A new attack involving a previously unknown malware named ‘Album Stealer’ has been spotted by Zscaler, targeting Facebook users.
The attack employs adult images to trick Facebook users into downloading a malicious ZIP archive and essentially infect themselves with information-stealing malware.
The adversaries’ goal is to steal Facebook credentials and take over accounts, particularly Business accounts that have access to ad and marketing campaigns. The threat actors use that access to run malicious campaigns for their own benefit, directing the ad-generated revenue to their bank accounts.
Facebook Attack Chain
The attack begins with the threat actors using fake Facebook profile pages containing adult images of women to lure users into clicking on them. Those profiles contain a link to an archive that supposedly contains an album of more pictures.
Clicking on that link delivers a ZIP archive from Microsoft OneDrive, to evade anti-virus warnings. The archive contains an executable file named Album.exe, a malicious DLL, and a dat file.
Album.exe is in reality a PDF viewer that side-loads the malicious DLL to initiate the malware loading process.

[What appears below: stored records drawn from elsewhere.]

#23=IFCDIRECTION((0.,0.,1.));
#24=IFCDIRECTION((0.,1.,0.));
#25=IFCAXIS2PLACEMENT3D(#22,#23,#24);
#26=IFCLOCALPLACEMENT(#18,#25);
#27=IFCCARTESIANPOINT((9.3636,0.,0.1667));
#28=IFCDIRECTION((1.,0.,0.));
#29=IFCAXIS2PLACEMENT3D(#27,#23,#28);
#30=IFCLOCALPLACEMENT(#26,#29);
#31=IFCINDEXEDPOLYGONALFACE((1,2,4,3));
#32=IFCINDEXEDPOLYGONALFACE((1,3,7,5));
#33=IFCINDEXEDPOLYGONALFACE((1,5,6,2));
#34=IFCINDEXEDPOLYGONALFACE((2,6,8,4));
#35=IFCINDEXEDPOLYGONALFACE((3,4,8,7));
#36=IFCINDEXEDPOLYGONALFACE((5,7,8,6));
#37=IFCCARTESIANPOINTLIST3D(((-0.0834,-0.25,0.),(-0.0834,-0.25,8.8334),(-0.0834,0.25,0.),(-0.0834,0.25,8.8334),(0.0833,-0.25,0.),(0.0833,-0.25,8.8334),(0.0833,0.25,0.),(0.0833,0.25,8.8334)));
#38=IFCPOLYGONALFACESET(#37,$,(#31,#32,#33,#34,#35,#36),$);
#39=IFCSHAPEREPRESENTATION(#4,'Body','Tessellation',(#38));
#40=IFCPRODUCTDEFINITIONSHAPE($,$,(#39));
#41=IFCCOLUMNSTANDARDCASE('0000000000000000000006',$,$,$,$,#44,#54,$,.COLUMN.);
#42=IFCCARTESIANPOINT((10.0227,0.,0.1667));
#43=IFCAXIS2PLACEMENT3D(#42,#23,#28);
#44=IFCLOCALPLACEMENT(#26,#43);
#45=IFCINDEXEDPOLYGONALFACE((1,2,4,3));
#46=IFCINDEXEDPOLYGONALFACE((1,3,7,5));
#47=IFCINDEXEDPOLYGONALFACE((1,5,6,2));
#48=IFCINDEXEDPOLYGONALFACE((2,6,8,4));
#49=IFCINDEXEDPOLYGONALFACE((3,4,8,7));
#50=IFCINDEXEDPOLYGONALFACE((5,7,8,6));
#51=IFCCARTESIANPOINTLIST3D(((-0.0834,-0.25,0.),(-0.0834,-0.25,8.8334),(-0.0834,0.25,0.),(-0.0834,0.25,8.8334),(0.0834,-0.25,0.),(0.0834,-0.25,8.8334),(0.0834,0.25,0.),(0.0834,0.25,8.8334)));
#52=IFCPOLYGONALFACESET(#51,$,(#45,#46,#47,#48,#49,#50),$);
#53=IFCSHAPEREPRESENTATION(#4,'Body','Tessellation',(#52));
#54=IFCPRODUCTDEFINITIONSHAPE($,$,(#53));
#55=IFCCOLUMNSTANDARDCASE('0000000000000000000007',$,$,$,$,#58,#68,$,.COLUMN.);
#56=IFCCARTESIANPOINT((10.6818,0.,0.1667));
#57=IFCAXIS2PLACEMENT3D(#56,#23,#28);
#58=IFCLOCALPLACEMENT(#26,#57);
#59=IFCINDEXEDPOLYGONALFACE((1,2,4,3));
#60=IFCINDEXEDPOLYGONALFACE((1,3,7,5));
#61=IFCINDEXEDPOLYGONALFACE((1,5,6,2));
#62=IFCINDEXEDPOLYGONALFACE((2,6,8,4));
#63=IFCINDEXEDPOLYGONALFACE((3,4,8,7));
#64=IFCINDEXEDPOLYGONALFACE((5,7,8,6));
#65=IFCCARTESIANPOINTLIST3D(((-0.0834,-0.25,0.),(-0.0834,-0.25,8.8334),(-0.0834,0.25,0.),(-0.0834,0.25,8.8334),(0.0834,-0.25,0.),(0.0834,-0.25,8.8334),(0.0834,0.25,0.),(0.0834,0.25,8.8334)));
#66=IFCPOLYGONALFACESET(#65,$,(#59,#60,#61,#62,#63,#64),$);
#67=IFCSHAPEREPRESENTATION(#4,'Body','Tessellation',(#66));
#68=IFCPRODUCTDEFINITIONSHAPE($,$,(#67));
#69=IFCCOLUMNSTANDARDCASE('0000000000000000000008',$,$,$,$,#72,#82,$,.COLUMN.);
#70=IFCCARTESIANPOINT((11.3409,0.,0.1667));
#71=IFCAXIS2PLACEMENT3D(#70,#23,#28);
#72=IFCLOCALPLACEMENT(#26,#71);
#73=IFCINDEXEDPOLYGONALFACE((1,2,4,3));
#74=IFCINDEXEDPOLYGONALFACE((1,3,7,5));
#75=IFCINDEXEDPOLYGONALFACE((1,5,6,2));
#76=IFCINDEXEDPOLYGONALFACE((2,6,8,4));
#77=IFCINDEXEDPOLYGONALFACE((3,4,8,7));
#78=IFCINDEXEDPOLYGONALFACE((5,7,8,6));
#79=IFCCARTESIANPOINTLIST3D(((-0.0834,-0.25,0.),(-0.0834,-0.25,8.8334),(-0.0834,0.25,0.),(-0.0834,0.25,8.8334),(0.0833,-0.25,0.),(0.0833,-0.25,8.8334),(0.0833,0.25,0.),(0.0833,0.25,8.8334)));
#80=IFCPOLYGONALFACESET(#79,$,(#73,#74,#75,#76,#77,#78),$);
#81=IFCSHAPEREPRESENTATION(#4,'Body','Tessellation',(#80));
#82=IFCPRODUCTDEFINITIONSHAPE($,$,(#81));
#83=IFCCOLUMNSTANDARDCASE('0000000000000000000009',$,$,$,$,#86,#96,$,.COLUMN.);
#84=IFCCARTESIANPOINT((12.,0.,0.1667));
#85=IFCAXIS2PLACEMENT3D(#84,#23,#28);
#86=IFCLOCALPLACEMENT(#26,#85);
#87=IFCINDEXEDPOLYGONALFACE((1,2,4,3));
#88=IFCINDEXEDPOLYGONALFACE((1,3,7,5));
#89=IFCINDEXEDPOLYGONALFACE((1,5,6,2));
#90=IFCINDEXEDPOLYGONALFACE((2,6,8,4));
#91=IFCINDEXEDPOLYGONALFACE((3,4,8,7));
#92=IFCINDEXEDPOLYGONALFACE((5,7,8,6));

The executable also executes a self-extracting archive that contains images of women to serve as a decoy.
Meanwhile, in the background, the malware adds new registry keys to establish persistence on the system and continues the infection chain by loading several additional executables downloaded in each step.
Finally, Album Stealer is loaded onto the system, collecting data from the compromised computer and sending it to the command and control server.